A dose of about 5×10/cd is implanted into the surface of the semiconductor substrate, and then heat treatment is performed at a high temperature to form an N-type second region.

Next, as shown in FIG. 1(g), after forming an interlayer insulating film 12 by vapor phase growth, a contact window is provided on the N-type second region 11. Then, a thin aluminum film with a thickness of 1 μm is deposited by sputtering and patterned to form a data line 13, and then a protective film 14 with a thickness of 1 μm is formed by CVD to protect the device. do.

Through the above steps, a semiconductor device of the present invention as shown in FIG. 1(g) is obtained.

FIG. 2 and FIG. 3(a) are patterns designed using almost the same design criteria, and the portion 35 surrounded by the two-dot chain line is one cell unit (two bits). According to this, it can be seen that the cell area has been reduced by 2 (l) (28 μm2 →
224μmz).

Note that this is only a case of using the same design criteria as above; by reducing the dimensions of each part, it is possible to realize a smaller cell area. This has the effect of making it possible to reduce the cell area by about %.

〔Effect of the invention〕

As explained above, in the present invention, the inner surface of the groove provided on the semiconductor substrate serves as an isolation insulating film between memory cells, and furthermore, two capacitive parts corresponding to 2 bits are provided inside the groove. This has the effect of making it possible to significantly reduce the planar area of the memory cell.

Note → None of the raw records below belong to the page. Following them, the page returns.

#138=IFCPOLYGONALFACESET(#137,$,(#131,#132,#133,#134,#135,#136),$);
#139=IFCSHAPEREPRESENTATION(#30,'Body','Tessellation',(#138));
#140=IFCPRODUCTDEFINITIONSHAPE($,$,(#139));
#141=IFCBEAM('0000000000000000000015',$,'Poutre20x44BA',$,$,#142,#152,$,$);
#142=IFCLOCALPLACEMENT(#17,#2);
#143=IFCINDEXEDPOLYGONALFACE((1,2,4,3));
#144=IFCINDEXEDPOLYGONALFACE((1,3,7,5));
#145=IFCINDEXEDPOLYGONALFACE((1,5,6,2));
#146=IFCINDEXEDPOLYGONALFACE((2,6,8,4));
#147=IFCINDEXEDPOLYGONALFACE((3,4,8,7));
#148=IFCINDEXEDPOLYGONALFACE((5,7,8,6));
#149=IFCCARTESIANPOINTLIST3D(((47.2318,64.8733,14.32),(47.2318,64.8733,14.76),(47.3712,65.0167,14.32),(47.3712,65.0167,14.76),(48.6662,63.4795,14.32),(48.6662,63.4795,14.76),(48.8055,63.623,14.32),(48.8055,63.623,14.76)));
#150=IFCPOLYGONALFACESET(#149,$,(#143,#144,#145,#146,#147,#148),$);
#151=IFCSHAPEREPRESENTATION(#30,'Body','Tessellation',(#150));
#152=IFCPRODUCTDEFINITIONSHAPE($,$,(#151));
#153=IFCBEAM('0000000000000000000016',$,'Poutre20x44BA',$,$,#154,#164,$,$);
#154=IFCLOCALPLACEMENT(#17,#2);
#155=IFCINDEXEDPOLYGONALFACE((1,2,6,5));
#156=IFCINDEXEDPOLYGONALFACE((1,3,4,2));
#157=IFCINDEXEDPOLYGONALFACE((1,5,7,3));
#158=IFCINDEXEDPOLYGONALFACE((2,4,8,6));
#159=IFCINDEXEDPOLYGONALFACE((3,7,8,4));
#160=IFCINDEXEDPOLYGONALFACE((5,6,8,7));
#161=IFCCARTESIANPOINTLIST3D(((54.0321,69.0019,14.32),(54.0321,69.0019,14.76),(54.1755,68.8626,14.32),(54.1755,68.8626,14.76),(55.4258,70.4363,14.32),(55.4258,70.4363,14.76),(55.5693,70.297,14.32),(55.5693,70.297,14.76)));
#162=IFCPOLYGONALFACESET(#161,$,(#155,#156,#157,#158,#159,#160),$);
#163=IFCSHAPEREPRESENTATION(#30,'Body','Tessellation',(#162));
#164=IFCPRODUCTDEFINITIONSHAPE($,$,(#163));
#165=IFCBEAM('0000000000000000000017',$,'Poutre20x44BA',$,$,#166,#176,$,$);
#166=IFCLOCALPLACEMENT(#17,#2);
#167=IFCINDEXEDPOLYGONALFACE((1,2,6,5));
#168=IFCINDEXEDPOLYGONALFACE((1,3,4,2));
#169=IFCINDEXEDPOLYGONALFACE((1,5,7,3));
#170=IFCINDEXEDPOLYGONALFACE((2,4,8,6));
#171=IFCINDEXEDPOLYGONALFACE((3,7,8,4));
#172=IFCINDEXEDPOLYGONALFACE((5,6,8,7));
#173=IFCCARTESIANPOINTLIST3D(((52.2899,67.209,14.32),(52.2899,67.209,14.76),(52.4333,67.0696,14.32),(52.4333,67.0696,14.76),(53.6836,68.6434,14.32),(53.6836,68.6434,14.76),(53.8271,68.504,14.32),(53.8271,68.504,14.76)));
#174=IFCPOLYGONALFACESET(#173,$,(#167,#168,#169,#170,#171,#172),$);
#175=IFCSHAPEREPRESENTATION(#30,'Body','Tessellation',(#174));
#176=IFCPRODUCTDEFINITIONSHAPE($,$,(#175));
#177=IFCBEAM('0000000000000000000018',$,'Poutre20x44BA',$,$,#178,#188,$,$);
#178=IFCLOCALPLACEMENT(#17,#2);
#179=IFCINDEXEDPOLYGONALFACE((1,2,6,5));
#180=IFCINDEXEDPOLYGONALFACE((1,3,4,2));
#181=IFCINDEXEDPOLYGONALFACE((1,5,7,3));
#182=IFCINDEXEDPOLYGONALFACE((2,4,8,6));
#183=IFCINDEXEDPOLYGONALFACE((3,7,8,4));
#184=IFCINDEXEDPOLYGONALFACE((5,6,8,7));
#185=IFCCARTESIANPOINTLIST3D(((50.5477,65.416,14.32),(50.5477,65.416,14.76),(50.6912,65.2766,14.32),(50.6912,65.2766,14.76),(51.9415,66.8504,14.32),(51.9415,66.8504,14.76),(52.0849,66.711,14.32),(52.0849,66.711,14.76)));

[Brief explanation of drawings]

FIGS. 1(a) to (2) are cross-sectional views shown in the order of steps for explaining a manufacturing method according to an embodiment of the present invention, FIG. 2 is a plan view of FIG. 1(2), and FIG. a) and (b) are a plan view and a cross-sectional view of an example of a conventional semiconductor device. 1... P-type silicon substrate, 2... Insulating film, 3... First conductor layer, 4... First dielectric layer, 5... Second conductor layer, 6...
...Second dielectric layer, 7...Third conductor layer, 8...Oxide film, 9...Gate electrode, IO... ...N-type first region, 11...N
Mold second region, 12... Interlayer insulating film, 13...
...Data line, 14...Protective film, 22.
...Filled oxide film, 23...N-type conductor layer, 24...Dielectric layer, 25...Capacitor electrode.

Claims (1)

[Claims] a groove provided in a semiconductor substrate of one conductivity type; an insulating film provided on the inner surface of the groove and serving as an insulation isolation region; and a first conductive layer provided on the insulating film and serving as an electrode of a capacitive part. ,
a first dielectric layer provided on the first conductor layer;
a second conductive layer serving as a constant potential capacitor electrode provided on the first dielectric layer; a second dielectric layer provided on the second conductive layer; A semiconductor device comprising: a third conductor layer provided on the dielectric layer and serving as an electrode of a capacitor section.